MR SMYTH (Leader of the Opposition) (9.02): Mr Speaker, it is always a pleasure to follow Mr Hargreaves in any debate because he is so discredited by the policies that he put forward at the last election. The evidence is of his sitting position and the lack of any action on the policies that he put forward.
Mr Wood said that we have a sudden interest in law and order issues and that it has only happened in the last three weeks. I refer him to the notice paper. Mr Stefaniak's sentencing bill has been there since April, and order of the day No 20, the Corrections Reform Amendment Bill, has been there since 25 June. This is because we have a broad policy on the whole issue.
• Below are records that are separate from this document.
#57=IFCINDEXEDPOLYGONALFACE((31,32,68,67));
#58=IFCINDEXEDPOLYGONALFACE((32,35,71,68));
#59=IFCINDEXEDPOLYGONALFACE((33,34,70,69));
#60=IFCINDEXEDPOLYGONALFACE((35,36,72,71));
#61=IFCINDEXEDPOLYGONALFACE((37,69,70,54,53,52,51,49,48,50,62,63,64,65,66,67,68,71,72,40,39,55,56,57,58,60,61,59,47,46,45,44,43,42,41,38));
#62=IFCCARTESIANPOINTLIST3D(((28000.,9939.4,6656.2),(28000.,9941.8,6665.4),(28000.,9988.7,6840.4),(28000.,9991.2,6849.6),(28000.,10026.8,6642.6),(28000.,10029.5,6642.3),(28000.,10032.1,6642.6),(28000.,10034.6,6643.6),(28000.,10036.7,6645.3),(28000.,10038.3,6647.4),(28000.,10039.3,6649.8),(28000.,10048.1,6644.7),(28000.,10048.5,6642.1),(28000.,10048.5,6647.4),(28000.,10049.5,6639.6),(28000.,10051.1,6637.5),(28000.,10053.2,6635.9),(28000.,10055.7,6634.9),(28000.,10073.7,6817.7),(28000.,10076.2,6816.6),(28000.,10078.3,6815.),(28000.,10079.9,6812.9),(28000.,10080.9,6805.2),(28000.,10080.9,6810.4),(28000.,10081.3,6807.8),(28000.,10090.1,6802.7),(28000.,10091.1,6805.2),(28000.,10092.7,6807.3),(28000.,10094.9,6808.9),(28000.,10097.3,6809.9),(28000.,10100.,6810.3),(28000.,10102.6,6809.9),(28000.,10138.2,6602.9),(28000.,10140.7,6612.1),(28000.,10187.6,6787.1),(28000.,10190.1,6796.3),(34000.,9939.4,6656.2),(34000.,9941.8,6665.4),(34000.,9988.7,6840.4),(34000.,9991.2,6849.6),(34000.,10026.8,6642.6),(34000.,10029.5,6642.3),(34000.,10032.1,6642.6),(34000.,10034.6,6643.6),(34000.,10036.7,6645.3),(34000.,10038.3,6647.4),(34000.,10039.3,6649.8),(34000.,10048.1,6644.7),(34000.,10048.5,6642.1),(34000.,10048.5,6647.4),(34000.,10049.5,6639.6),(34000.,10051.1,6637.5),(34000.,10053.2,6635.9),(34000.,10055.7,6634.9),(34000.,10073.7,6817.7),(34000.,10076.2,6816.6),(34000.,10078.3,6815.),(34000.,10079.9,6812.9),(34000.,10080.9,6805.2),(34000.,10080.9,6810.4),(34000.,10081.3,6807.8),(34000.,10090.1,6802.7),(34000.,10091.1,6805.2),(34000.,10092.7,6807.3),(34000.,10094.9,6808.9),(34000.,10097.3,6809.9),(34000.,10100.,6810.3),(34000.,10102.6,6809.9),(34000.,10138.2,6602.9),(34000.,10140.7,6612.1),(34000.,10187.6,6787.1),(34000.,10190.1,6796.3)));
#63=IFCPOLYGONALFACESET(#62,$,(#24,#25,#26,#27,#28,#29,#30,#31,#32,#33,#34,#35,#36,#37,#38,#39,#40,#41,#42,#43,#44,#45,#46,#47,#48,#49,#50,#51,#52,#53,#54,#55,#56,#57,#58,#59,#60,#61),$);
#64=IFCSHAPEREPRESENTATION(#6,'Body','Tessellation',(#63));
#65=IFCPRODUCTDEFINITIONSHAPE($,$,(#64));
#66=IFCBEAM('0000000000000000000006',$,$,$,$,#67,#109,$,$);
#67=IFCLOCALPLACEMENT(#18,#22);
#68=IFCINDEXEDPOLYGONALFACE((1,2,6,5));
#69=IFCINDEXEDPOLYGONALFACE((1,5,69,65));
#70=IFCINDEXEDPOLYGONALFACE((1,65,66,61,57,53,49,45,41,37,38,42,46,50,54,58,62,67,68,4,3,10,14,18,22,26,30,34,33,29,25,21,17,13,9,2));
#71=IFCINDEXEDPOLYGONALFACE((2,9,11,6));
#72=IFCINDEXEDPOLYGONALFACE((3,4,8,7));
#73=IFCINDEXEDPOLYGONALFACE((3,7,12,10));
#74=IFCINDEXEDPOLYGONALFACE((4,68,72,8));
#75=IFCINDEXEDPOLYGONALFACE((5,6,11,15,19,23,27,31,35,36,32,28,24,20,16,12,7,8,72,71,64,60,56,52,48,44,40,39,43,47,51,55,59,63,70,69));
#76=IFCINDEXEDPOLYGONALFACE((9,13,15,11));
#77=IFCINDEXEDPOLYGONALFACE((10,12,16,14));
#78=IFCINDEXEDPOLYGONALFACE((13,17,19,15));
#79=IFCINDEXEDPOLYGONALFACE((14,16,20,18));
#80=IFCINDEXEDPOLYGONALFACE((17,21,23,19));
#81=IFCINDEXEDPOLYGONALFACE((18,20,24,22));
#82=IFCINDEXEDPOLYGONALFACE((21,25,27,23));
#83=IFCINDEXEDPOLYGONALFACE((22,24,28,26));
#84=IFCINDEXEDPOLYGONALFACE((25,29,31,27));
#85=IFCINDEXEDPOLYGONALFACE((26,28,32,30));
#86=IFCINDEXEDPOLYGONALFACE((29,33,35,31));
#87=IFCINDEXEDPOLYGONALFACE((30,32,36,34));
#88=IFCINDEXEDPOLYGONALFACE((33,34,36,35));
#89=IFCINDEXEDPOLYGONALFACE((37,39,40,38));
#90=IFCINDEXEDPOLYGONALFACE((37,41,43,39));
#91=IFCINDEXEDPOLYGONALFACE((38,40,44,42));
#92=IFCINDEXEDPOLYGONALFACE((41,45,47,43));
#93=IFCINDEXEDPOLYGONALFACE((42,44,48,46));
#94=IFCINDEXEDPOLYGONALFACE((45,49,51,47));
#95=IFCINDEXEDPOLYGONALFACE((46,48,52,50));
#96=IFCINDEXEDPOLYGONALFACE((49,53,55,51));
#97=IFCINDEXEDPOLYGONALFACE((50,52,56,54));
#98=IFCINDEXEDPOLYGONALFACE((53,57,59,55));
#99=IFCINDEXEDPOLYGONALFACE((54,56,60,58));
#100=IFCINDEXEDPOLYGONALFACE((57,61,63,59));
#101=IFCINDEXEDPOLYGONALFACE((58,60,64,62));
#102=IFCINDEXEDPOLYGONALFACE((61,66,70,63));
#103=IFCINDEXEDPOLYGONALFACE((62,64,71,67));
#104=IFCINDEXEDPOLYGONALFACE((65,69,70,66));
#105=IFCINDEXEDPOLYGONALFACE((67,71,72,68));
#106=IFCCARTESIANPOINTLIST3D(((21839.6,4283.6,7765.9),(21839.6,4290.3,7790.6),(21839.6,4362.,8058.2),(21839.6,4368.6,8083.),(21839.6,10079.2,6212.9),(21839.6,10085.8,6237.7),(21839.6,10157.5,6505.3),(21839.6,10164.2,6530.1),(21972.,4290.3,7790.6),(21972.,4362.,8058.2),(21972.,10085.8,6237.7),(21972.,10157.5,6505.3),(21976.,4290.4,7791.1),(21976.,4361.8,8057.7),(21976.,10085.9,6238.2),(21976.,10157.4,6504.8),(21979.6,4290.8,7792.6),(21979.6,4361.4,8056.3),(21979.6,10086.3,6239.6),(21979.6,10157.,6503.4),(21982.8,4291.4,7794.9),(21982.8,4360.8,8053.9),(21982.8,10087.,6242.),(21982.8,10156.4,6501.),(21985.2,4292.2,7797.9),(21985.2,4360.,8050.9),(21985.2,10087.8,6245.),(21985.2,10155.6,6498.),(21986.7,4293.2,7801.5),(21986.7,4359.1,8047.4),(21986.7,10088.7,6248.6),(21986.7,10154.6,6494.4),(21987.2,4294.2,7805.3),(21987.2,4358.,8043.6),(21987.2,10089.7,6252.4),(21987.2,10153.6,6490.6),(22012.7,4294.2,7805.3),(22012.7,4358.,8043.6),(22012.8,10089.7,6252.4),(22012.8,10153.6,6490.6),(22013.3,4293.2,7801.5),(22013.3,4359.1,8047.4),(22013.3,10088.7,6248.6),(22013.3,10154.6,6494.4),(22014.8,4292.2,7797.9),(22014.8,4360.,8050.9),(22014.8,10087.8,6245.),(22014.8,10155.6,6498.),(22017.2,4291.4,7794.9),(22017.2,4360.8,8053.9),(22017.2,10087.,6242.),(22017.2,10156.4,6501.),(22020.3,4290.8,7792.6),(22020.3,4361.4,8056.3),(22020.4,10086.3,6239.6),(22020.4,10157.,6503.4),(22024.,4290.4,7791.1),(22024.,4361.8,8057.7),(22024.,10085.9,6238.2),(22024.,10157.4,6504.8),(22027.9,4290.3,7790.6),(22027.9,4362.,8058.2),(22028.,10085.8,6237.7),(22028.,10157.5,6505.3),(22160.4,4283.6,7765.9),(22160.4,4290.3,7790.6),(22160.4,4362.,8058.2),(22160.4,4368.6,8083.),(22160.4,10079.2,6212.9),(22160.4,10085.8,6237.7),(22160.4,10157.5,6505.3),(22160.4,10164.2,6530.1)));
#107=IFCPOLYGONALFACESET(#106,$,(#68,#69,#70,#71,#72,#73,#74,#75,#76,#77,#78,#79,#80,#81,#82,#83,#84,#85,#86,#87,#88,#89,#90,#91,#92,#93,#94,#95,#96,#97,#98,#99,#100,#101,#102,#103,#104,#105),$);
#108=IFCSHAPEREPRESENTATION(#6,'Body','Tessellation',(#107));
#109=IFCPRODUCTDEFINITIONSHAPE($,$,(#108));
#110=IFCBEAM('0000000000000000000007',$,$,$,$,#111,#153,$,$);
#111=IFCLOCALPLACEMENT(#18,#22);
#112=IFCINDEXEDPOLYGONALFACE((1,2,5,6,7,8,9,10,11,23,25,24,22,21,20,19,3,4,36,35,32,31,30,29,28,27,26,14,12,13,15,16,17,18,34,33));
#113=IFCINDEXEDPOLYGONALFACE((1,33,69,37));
First, you need prevention. It is better that we stop people becoming criminals than that we let them become criminals. Second, we back up the police. Our six years in government showed that we have put more money, time and effort into police than the Labor Party ever has. Is it not the Labor Party that once attempted to cut a police budget, which was valiantly resisted by this Assembly? Let's get the facts straight here.
Third up, there should be appropriate sentencing. If you can't prevent it, and they are caught, then there should be appropriate sentencing. Fourth, after appropriate sentencing there should be a serious attempt at rehabilitation. Where is the government's rehabilitation bill? I flicked through the notice paper looking for it. I looked for the hard work, the evidence that Mr Stanhope is paying attention to his portfolio, and what do I find? Nothing. Where is it? "It's coming. We're gunna do that."Gunna Stanhope here we come.
The fifth arm of this would be to have an appropriate place to house those that are sentenced-and not in New South Wales. We are responsible for them; we are the community that might lock them up; we are the community that should care for them. And where is the action? When I put my Corrections Reform Amendment Bill to the Assembly in June, Mr Stanhope was out there trying to gazump me, doing his best to get the attention back because we had done the job.
We have launched more policy from these benches than that lot did in six years. We have done more in a year than they did in six years. We have put more hard legislation down than any of the work that was done by the former opposition. So there was Mr Stanhope, anxious to grab the camera, thinking, "What can I say? I know what I'll say: we're going to build a prison."His staff did not know. When the press checked with his staff, they said, "What?"
Then he cannot tell us where and when. That was going to be three weeks later, after he had been to cabinet. What he said was that he was going to announce some options that he might take to cabinet that might see a prison. Here we are six months later, and what have we got from the minister for corrections? Zip, nil, nix, nada, nothing.
Mr Stanhope: We have got money in the budget.
MR SMYTH: Well, have you got money in the budget?
Mr Stanhope: We have got money in the budget.